**Task item:** Wherever the word "IFCPRODUCTDEFINITIONSHAPE" shows up in the data, report the line it sits in.

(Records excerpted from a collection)

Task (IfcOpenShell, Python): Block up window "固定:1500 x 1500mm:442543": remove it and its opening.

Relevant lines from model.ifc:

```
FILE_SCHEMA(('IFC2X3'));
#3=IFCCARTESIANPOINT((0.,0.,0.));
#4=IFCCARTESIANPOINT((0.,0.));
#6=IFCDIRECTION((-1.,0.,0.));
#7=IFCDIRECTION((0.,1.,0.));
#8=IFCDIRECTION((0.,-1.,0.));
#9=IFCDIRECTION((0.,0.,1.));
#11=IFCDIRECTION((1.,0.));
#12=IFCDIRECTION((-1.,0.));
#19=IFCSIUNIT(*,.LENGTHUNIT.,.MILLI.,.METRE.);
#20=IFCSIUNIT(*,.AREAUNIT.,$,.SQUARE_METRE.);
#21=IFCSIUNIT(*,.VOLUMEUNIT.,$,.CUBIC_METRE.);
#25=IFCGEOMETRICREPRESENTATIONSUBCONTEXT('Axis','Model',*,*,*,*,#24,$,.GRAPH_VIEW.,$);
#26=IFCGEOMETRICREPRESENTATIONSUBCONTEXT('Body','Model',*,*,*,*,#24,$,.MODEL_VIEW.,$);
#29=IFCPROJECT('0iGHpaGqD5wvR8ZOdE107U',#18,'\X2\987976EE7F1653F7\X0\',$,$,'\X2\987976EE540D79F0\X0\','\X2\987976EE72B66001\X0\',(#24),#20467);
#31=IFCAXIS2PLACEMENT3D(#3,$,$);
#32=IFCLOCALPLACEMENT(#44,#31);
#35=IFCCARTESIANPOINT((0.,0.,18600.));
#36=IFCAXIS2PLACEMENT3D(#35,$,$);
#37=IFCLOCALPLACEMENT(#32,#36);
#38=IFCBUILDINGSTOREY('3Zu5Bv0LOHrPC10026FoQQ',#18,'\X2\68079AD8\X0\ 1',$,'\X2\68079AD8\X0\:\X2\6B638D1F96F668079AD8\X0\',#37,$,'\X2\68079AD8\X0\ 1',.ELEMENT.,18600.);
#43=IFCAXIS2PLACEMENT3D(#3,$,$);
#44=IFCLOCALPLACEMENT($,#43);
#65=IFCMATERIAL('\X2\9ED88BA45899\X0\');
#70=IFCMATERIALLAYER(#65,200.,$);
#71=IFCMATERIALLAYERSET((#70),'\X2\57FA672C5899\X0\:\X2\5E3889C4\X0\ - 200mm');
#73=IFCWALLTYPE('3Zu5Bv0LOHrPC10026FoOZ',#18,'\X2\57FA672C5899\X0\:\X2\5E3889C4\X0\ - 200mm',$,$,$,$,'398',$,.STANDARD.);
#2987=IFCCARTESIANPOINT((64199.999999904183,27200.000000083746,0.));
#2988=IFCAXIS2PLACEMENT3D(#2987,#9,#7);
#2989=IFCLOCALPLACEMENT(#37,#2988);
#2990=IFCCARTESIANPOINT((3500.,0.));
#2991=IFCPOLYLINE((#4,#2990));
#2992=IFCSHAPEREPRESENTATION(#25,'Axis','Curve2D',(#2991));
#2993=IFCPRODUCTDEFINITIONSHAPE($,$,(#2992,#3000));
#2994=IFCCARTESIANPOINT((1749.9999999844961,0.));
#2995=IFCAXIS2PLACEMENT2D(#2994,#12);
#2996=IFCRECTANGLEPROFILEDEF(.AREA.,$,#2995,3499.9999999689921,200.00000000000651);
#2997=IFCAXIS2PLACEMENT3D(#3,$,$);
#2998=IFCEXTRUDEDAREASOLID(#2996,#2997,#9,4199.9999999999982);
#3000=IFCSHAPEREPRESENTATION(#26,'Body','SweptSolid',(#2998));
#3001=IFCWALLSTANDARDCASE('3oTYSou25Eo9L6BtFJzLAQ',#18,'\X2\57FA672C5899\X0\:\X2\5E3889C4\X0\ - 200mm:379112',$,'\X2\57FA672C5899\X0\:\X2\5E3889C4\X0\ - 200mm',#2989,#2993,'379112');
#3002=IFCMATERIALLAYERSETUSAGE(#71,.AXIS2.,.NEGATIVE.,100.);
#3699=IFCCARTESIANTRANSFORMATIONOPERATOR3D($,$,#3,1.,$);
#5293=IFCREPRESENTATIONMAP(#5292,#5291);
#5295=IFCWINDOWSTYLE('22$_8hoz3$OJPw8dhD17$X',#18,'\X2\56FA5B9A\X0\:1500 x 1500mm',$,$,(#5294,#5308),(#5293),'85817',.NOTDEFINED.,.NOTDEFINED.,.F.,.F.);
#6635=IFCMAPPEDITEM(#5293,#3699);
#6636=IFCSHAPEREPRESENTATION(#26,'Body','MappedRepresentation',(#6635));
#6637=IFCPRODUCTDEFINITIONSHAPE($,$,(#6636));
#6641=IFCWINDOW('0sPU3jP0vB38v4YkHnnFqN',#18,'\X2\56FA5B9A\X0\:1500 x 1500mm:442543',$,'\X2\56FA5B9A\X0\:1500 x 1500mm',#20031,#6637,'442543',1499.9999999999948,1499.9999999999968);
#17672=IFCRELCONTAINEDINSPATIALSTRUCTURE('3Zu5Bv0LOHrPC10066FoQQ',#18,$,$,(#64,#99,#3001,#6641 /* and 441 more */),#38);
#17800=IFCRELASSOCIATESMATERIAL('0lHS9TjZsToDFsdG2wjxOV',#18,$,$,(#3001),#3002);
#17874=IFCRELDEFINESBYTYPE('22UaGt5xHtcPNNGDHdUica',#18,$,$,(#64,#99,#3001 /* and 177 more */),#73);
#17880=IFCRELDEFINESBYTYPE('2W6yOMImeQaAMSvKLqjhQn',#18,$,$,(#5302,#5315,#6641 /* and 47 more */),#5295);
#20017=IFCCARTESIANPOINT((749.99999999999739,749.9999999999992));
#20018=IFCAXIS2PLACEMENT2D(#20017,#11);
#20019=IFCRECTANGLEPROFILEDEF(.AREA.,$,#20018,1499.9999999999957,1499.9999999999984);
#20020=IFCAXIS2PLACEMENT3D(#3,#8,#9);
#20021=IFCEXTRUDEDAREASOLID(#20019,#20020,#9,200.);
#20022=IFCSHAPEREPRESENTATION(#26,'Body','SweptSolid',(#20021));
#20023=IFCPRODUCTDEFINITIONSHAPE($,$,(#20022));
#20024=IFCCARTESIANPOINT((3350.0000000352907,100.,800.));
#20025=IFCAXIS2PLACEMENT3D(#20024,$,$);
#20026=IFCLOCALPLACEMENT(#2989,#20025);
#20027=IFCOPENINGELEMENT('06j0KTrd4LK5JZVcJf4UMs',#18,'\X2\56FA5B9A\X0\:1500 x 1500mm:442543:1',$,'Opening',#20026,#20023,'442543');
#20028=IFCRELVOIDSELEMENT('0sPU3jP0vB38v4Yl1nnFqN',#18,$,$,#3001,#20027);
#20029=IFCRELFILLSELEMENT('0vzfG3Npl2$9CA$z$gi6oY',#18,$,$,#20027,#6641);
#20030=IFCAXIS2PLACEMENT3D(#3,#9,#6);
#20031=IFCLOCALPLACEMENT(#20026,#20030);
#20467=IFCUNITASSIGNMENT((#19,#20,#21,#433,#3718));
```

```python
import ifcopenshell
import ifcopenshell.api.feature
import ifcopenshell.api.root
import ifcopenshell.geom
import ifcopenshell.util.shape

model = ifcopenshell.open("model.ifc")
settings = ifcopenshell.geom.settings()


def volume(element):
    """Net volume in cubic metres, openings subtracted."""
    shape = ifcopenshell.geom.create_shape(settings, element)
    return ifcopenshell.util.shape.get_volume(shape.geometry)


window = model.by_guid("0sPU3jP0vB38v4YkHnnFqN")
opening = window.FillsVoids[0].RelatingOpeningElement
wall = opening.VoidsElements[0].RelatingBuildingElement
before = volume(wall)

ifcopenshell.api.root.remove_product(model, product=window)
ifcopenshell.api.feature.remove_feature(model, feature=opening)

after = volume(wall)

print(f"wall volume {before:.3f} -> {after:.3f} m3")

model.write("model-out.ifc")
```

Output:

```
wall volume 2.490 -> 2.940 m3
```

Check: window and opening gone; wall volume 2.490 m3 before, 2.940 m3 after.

**Completed task:**
#2993=IFCPRODUCTDEFINITIONSHAPE($,$,(#2992,#3000));
#6637=IFCPRODUCTDEFINITIONSHAPE($,$,(#6636));
#20023=IFCPRODUCTDEFINITIONSHAPE($,$,(#20022));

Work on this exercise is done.